=== Material shown ===

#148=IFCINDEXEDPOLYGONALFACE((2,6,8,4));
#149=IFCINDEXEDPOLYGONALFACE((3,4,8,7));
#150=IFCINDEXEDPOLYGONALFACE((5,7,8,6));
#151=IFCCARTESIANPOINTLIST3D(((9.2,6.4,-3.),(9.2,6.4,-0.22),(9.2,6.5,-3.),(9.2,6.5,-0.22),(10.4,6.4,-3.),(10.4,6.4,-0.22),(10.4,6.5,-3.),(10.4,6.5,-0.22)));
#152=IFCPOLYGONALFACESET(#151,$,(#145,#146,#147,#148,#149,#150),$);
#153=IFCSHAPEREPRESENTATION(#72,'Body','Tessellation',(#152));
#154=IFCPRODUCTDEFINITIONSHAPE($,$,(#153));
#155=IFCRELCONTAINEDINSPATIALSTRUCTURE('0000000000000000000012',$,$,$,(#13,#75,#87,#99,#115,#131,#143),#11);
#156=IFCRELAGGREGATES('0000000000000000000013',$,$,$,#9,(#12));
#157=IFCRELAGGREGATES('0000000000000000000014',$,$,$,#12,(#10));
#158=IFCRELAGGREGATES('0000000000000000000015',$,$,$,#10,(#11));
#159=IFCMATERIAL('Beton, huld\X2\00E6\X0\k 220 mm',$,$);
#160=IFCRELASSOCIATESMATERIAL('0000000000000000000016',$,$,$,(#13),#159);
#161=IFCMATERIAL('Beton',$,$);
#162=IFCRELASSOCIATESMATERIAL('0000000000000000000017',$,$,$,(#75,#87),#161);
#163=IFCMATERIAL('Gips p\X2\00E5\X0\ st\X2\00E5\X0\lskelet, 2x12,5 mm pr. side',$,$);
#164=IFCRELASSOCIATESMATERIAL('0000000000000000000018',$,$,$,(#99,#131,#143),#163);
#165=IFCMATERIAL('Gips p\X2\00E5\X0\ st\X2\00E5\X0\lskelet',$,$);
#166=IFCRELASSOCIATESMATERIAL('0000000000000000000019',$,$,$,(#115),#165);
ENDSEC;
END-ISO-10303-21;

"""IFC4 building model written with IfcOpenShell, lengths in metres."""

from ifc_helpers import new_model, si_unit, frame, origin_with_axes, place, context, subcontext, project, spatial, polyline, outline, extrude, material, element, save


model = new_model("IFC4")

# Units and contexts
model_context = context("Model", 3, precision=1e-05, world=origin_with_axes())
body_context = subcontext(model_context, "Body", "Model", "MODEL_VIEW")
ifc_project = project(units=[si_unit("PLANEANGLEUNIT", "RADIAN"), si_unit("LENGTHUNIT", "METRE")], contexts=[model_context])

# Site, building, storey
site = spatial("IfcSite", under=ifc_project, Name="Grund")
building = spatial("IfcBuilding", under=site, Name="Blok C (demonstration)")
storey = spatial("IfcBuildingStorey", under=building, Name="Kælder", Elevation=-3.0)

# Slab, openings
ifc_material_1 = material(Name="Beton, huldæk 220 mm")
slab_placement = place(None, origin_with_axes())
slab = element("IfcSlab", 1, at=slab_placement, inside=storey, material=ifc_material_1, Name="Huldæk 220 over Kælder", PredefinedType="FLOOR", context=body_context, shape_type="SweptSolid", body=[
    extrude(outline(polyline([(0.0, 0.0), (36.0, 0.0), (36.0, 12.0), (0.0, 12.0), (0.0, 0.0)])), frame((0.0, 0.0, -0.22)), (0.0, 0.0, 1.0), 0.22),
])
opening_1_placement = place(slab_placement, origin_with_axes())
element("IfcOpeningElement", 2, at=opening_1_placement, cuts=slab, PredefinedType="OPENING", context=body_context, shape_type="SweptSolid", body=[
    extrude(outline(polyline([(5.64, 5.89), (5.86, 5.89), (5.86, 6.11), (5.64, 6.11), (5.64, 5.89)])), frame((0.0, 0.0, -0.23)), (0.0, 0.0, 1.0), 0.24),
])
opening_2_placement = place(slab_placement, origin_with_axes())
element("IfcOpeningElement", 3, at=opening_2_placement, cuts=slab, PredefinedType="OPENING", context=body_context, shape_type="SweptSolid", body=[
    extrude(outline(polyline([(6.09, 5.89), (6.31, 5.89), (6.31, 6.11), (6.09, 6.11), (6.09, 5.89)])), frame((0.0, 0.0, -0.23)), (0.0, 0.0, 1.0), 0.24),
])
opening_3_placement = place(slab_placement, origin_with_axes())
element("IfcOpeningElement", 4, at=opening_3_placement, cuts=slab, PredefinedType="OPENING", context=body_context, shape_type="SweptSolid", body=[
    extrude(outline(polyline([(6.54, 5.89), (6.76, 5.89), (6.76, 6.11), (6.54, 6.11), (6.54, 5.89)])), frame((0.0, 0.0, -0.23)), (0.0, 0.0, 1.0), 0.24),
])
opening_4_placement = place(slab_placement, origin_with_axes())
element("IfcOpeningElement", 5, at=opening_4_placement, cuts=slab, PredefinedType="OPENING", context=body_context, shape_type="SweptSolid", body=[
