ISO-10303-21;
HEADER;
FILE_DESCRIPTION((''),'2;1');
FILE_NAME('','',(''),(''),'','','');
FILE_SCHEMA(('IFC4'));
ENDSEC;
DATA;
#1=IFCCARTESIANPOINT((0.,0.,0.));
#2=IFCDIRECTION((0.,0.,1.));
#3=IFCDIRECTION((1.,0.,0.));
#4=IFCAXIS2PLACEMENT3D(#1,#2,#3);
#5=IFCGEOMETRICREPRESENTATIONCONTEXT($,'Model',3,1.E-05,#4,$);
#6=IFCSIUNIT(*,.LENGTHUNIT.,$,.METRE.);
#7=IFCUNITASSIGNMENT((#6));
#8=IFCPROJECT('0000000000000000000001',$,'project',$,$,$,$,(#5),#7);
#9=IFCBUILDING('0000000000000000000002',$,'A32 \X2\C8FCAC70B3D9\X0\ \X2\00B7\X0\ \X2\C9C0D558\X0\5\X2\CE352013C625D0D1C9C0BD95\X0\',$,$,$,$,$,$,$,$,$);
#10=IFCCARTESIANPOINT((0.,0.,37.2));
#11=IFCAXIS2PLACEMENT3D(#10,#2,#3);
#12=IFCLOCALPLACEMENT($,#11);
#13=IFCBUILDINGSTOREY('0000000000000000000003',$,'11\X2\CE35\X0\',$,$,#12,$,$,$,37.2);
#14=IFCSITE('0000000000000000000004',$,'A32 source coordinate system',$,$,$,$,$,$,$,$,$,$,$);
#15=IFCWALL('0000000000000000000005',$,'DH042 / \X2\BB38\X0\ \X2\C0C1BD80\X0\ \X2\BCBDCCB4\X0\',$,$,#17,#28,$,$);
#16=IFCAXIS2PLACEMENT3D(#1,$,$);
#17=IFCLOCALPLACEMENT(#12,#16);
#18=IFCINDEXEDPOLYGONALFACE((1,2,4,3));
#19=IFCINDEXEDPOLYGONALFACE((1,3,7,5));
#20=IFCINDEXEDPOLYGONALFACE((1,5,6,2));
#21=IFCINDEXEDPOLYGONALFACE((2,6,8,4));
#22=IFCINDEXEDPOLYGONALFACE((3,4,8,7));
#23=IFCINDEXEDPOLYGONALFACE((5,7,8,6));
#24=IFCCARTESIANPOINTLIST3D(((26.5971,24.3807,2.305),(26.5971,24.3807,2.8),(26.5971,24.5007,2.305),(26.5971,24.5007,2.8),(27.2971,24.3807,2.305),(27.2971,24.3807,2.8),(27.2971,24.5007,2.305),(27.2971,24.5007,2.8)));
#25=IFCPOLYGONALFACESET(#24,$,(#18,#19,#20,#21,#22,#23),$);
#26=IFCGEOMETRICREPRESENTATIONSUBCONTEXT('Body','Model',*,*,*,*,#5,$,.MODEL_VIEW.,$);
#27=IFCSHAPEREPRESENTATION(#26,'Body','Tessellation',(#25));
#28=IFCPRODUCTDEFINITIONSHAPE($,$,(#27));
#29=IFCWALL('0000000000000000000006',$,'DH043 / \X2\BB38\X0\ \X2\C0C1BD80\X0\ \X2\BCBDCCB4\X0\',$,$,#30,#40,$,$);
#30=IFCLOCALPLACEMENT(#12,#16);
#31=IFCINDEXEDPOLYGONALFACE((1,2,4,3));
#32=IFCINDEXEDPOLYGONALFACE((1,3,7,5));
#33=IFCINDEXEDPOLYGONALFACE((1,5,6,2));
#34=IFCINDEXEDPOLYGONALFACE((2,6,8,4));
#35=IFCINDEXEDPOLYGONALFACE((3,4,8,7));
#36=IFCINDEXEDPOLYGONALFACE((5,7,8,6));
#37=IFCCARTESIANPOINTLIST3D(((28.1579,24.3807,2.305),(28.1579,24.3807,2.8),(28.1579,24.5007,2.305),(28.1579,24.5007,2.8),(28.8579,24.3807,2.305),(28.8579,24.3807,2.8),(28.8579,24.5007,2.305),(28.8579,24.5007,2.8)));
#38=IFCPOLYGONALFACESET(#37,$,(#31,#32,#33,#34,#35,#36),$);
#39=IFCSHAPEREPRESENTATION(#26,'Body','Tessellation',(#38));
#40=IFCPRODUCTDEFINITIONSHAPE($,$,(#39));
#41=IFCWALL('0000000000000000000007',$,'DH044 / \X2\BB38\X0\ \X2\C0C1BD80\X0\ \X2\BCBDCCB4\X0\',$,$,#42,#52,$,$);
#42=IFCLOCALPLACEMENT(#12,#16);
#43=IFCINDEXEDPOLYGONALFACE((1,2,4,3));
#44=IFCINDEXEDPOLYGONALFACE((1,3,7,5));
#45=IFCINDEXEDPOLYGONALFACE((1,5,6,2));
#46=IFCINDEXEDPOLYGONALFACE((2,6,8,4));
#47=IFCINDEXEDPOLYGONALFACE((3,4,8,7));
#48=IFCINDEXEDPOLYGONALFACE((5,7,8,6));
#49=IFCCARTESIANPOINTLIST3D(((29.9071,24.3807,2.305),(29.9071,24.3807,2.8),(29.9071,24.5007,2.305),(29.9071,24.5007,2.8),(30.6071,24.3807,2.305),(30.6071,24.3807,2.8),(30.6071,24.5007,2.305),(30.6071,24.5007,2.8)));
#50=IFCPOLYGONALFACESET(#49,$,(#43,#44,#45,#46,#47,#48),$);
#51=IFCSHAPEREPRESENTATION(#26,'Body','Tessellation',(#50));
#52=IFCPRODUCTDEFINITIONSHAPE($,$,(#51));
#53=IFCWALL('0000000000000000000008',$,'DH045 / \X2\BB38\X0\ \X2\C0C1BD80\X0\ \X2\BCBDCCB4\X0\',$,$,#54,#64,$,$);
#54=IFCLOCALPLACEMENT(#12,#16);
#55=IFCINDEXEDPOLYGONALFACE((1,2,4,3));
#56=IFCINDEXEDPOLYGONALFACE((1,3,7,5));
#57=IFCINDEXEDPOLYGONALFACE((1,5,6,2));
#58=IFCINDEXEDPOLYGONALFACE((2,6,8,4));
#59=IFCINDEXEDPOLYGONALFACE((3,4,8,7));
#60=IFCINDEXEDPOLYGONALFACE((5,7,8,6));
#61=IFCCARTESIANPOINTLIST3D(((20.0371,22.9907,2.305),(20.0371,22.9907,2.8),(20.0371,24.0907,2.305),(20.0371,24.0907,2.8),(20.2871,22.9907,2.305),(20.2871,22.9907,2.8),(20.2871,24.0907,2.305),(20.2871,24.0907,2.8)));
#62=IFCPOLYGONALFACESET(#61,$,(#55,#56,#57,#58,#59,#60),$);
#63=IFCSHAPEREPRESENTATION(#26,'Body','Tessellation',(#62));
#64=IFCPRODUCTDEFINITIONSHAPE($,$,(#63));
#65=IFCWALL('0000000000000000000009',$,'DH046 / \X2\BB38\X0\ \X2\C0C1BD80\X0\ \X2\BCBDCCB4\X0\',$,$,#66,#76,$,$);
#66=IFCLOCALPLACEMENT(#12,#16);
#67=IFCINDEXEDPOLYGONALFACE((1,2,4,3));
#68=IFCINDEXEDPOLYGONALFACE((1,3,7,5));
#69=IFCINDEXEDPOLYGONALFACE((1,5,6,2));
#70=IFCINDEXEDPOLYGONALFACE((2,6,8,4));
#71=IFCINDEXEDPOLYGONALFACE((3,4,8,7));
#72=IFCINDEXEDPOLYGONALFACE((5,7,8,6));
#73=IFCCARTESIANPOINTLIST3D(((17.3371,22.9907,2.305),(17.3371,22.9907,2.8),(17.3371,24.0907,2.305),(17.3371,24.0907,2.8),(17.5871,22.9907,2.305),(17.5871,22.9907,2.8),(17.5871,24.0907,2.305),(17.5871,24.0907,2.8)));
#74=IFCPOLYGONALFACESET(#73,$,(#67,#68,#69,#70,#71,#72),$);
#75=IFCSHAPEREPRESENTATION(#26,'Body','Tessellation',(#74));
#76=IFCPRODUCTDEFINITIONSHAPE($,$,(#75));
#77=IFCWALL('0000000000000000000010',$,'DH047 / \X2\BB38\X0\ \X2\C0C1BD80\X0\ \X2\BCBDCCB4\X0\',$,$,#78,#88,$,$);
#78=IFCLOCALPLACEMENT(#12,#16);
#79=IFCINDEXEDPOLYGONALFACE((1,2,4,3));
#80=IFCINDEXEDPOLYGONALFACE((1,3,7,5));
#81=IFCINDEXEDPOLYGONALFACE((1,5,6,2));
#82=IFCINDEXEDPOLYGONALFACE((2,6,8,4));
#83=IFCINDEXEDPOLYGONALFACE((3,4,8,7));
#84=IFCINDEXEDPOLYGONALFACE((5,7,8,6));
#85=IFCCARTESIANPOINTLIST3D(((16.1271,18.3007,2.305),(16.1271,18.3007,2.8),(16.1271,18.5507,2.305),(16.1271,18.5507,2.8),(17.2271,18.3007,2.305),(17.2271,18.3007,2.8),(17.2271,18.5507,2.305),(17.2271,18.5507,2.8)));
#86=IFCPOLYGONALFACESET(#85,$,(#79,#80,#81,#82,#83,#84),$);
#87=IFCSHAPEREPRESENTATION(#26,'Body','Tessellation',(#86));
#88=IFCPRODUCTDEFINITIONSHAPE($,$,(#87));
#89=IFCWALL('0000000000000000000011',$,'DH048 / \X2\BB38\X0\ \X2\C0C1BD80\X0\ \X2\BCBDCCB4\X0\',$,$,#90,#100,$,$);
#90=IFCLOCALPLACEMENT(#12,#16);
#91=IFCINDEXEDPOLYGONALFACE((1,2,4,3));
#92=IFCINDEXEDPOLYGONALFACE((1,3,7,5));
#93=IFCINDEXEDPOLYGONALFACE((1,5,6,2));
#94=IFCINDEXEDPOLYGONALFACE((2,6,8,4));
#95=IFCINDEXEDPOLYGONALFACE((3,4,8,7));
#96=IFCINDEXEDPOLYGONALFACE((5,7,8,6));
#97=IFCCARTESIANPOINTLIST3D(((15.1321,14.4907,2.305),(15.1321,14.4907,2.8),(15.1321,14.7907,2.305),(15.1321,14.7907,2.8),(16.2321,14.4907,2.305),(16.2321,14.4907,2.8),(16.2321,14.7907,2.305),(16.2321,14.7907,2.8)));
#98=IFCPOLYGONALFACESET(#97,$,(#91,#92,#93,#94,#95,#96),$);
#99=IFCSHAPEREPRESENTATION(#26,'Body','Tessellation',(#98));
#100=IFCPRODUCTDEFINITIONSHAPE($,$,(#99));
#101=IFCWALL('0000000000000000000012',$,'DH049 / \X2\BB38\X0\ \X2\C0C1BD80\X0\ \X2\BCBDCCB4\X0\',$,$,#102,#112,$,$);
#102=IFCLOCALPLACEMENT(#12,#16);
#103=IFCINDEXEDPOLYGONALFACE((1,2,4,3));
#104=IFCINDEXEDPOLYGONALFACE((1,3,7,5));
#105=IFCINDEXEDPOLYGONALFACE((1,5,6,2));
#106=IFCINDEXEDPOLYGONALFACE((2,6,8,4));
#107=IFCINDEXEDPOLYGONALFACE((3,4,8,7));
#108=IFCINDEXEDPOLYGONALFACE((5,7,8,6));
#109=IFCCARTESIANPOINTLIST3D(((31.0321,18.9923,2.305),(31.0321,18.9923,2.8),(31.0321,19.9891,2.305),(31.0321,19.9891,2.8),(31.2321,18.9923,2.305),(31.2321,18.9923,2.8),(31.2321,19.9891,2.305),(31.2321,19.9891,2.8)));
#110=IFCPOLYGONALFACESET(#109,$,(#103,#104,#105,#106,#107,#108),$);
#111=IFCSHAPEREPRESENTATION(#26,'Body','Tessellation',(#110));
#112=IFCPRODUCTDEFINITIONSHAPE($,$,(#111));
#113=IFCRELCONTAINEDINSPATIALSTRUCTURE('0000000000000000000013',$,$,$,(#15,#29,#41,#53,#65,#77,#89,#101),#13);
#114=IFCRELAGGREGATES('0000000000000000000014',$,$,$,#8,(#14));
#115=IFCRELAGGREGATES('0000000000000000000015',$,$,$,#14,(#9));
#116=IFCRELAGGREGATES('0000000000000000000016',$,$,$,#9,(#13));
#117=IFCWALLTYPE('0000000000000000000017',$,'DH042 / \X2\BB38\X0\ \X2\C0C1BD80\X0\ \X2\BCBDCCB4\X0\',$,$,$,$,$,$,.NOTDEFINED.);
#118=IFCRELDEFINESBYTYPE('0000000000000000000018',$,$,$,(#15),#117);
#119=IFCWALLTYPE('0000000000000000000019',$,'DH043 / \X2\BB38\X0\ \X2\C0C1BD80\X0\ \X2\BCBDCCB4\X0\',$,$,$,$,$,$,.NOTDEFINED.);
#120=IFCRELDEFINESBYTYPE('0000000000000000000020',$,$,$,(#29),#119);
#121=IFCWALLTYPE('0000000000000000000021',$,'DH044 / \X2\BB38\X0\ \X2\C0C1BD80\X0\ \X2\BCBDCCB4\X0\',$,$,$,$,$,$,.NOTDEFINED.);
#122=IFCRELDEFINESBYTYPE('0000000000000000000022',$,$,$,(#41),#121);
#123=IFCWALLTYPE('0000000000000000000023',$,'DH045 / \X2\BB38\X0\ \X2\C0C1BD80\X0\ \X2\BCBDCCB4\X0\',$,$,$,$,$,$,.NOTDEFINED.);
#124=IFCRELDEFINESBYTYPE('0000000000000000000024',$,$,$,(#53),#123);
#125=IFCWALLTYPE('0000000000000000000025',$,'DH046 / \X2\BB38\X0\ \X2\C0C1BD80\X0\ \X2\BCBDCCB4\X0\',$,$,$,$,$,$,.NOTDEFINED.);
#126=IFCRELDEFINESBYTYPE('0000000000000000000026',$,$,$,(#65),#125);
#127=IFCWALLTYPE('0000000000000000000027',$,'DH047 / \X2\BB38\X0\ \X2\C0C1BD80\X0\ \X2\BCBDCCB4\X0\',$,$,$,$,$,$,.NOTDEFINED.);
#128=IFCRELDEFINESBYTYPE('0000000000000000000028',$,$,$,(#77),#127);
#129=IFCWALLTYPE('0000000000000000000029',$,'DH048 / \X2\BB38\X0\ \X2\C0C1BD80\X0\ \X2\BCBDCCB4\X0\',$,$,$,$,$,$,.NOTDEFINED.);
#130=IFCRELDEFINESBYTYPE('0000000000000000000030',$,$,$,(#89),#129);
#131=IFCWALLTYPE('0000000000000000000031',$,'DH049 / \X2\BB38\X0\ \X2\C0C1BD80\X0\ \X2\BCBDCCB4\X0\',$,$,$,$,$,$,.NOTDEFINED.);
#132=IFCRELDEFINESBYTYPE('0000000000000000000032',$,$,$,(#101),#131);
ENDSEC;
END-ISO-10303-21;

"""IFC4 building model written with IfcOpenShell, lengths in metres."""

from ifc_helpers import new_model, si_unit, frame, origin, origin_with_axes, place, context, subcontext, project, spatial, polyline, outline, extrude, source, transform, mapped, type_object, type_shapes, element, save


model = new_model("IFC4")

# Units and contexts
model_context = context("Model", 3, precision=1e-05, world=origin_with_axes())
body_context = subcontext(model_context, "Body", "Model", "MODEL_VIEW")
ifc_project = project(units=[si_unit("LENGTHUNIT", "METRE")], contexts=[model_context])

# Site, building, storey
site = spatial("IfcSite", under=ifc_project, Name="A32 source coordinate system")
building = spatial("IfcBuilding", under=site, Name="A32 주거동 · 지하5층–옥탑지붕")
storey_placement = place(None, frame((0.0, 0.0, 37.2), z_axis=(0.0, 0.0, 1.0), x_axis=(1.0, 0.0, 0.0)))
storey = spatial("IfcBuildingStorey", under=building, at=storey_placement, Name="11층", Elevation=37.2)

# Walls
wall_type_1 = type_object("IfcWallType", Name="DH042 / 문 상부 벽체", PredefinedType="NOTDEFINED")
shared_shape_1 = source(origin(), body_context, "Body", "SweptSolid", [
    extrude(outline(polyline([(27.2971, 24.3807), (26.5971, 24.3807), (26.5971, 24.5007), (27.2971, 24.5007), (27.2971, 24.3807)])), frame((0.0, 0.0, 2.305)), (0.0, 0.0, 1.0), 0.495),
])
type_shapes(wall_type_1, [shared_shape_1])
wall_1_placement = place(storey_placement, origin_with_axes())
element("IfcWall", 1, at=wall_1_placement, inside=storey, type_object=wall_type_1, Name="DH042 / 문 상부 벽체", context=body_context, shape_type="MappedRepresentation", body=[
    mapped(shared_shape_1, transform((0.0, 0.0, 0.0), scale=1.0)),
])
wall_type_2 = type_object("IfcWallType", Name="DH043 / 문 상부 벽체", PredefinedType="NOTDEFINED")
shared_shape_2 = source(origin(), body_context, "Body", "SweptSolid", [
    extrude(outline(polyline([(28.8579, 24.3807), (28.1579, 24.3807), (28.1579, 24.5007), (28.8579, 24.5007), (28.8579, 24.3807)])), frame((0.0, 0.0, 2.305)), (0.0, 0.0, 1.0), 0.495),
])
type_shapes(wall_type_2, [shared_shape_2])
wall_2_placement = place(storey_placement, origin_with_axes())
element("IfcWall", 2, at=wall_2_placement, inside=storey, type_object=wall_type_2, Name="DH043 / 문 상부 벽체", context=body_context, shape_type="MappedRepresentation", body=[
    mapped(shared_shape_2, transform((0.0, 0.0, 0.0), scale=1.0)),
])
wall_type_3 = type_object("IfcWallType", Name="DH044 / 문 상부 벽체", PredefinedType="NOTDEFINED")
shared_shape_3 = source(origin(), body_context, "Body", "SweptSolid", [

===

In the entries above, find the line with "#98=IFCPOLYGONALFACESET(#97,$,(#91,#92,#93,#94,#95,#96),$);" and the line with "#103=IFCINDEXEDPOLYGONALFACE((1,2,4,3));", then restate word for word both of them and every line between, with nothing more.

#98=IFCPOLYGONALFACESET(#97,$,(#91,#92,#93,#94,#95,#96),$);
#99=IFCSHAPEREPRESENTATION(#26,'Body','Tessellation',(#98));
#100=IFCPRODUCTDEFINITIONSHAPE($,$,(#99));
#101=IFCWALL('0000000000000000000012',$,'DH049 / \X2\BB38\X0\ \X2\C0C1BD80\X0\ \X2\BCBDCCB4\X0\',$,$,#102,#112,$,$);
#102=IFCLOCALPLACEMENT(#12,#16);
#103=IFCINDEXEDPOLYGONALFACE((1,2,4,3));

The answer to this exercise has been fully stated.